(Records excerpted from a collection)
= Beginning of Section =

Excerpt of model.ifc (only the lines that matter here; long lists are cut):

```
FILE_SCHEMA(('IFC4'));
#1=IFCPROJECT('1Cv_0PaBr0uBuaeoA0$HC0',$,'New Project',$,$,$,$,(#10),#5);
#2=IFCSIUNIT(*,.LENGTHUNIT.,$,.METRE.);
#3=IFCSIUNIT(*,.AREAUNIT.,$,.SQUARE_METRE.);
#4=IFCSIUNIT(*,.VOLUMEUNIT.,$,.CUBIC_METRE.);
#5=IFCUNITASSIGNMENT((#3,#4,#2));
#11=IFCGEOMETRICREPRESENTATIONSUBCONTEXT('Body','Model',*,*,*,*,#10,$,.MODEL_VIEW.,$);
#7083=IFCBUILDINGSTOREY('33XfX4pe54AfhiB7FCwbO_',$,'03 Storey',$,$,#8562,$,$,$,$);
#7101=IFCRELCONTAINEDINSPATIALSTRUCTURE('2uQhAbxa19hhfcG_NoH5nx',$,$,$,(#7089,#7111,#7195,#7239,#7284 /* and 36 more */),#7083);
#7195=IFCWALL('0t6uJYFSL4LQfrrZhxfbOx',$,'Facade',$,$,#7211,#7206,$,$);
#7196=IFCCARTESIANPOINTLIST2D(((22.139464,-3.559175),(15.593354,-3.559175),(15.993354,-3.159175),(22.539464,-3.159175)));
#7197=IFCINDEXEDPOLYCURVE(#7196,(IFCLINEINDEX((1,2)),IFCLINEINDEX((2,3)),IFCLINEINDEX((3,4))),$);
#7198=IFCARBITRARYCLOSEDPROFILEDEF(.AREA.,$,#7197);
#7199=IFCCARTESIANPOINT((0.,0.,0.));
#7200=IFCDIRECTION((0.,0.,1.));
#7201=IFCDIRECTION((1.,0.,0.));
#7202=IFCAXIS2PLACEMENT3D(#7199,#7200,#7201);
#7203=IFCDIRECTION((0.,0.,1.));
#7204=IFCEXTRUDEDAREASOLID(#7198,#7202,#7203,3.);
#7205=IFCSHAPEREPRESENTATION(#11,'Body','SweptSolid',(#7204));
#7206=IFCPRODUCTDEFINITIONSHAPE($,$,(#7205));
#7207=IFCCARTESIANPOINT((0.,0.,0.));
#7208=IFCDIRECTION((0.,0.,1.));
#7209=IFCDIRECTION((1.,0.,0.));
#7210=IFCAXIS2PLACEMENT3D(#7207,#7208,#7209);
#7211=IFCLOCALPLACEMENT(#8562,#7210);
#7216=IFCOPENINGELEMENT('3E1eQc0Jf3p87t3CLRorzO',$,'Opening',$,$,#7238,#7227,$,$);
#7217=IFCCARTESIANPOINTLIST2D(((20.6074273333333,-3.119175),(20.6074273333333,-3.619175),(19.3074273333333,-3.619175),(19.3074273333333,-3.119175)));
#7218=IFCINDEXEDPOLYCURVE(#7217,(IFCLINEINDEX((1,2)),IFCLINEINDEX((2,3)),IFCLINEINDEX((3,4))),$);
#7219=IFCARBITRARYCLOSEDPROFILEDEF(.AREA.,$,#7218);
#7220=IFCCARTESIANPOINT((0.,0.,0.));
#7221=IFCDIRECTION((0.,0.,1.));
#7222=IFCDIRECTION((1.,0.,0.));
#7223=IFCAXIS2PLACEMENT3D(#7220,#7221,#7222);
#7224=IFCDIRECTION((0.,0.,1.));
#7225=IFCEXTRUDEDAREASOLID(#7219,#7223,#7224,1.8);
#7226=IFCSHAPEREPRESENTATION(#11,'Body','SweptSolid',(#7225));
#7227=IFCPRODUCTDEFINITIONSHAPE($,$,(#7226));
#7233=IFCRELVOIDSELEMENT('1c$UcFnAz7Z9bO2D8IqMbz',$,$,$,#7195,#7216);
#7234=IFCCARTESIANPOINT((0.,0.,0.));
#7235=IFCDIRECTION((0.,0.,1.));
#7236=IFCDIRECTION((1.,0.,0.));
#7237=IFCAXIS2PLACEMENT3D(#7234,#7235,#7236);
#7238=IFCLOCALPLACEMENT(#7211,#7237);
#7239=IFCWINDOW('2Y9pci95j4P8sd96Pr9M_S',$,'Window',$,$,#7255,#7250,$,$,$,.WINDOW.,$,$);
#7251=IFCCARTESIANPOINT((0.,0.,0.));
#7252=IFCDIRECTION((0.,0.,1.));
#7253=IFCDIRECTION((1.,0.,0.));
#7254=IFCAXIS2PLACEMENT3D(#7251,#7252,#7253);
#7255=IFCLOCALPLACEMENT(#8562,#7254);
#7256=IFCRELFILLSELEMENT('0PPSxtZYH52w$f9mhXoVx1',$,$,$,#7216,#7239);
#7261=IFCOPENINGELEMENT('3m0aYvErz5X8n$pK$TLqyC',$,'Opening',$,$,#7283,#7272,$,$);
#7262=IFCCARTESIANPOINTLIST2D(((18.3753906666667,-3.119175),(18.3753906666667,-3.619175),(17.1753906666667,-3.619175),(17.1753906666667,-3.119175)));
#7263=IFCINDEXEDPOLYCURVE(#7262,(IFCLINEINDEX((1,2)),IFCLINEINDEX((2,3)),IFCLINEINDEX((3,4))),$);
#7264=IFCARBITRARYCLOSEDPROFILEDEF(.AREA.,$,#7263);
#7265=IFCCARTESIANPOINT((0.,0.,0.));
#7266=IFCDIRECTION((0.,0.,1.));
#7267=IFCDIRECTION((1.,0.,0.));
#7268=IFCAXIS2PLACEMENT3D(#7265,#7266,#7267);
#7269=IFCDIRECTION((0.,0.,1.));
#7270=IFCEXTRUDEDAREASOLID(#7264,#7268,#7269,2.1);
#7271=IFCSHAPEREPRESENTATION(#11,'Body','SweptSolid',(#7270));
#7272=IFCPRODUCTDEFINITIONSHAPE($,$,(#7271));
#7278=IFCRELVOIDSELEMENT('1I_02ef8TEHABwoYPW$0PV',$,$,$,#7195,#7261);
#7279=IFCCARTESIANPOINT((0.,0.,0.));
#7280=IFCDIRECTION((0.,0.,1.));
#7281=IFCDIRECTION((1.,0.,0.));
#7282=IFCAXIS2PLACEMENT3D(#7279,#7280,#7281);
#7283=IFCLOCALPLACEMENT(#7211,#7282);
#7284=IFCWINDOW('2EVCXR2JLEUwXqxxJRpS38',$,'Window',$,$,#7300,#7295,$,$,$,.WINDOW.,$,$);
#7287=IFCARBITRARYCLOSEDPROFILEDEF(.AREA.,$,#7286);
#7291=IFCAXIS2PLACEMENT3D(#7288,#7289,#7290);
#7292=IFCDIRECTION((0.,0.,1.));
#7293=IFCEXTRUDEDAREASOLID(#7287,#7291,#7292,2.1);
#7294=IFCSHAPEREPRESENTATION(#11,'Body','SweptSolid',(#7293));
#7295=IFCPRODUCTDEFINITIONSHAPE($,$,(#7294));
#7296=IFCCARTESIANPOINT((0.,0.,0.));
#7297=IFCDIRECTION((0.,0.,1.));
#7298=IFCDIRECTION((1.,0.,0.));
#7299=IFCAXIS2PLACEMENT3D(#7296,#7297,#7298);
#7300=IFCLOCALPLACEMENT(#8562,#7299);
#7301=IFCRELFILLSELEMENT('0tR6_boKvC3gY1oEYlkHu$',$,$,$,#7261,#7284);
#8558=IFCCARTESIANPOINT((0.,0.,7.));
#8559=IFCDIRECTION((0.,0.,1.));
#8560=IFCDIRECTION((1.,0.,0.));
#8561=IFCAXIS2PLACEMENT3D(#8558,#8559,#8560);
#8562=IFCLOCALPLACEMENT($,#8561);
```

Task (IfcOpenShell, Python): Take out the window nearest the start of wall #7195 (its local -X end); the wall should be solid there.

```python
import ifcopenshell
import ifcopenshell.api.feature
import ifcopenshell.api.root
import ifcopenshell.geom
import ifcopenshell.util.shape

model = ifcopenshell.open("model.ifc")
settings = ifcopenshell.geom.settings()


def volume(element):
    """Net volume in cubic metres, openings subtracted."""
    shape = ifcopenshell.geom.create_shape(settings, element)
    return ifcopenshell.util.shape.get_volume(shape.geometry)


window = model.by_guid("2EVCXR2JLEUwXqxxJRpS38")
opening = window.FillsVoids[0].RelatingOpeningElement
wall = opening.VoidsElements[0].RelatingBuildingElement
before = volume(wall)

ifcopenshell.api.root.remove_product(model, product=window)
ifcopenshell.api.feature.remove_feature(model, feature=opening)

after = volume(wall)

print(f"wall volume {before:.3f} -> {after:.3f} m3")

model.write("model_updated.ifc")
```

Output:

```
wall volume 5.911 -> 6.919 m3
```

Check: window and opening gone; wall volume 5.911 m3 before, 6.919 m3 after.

= End of Section =

* **Exercise details**: Gather up every line in the data above that contains the word "IFCRELVOIDSELEMENT", copying each one.

* **Task output**:
#7233=IFCRELVOIDSELEMENT('1c$UcFnAz7Z9bO2D8IqMbz',$,$,$,#7195,#7216);
#7278=IFCRELVOIDSELEMENT('1I_02ef8TEHABwoYPW$0PV',$,$,$,#7195,#7261);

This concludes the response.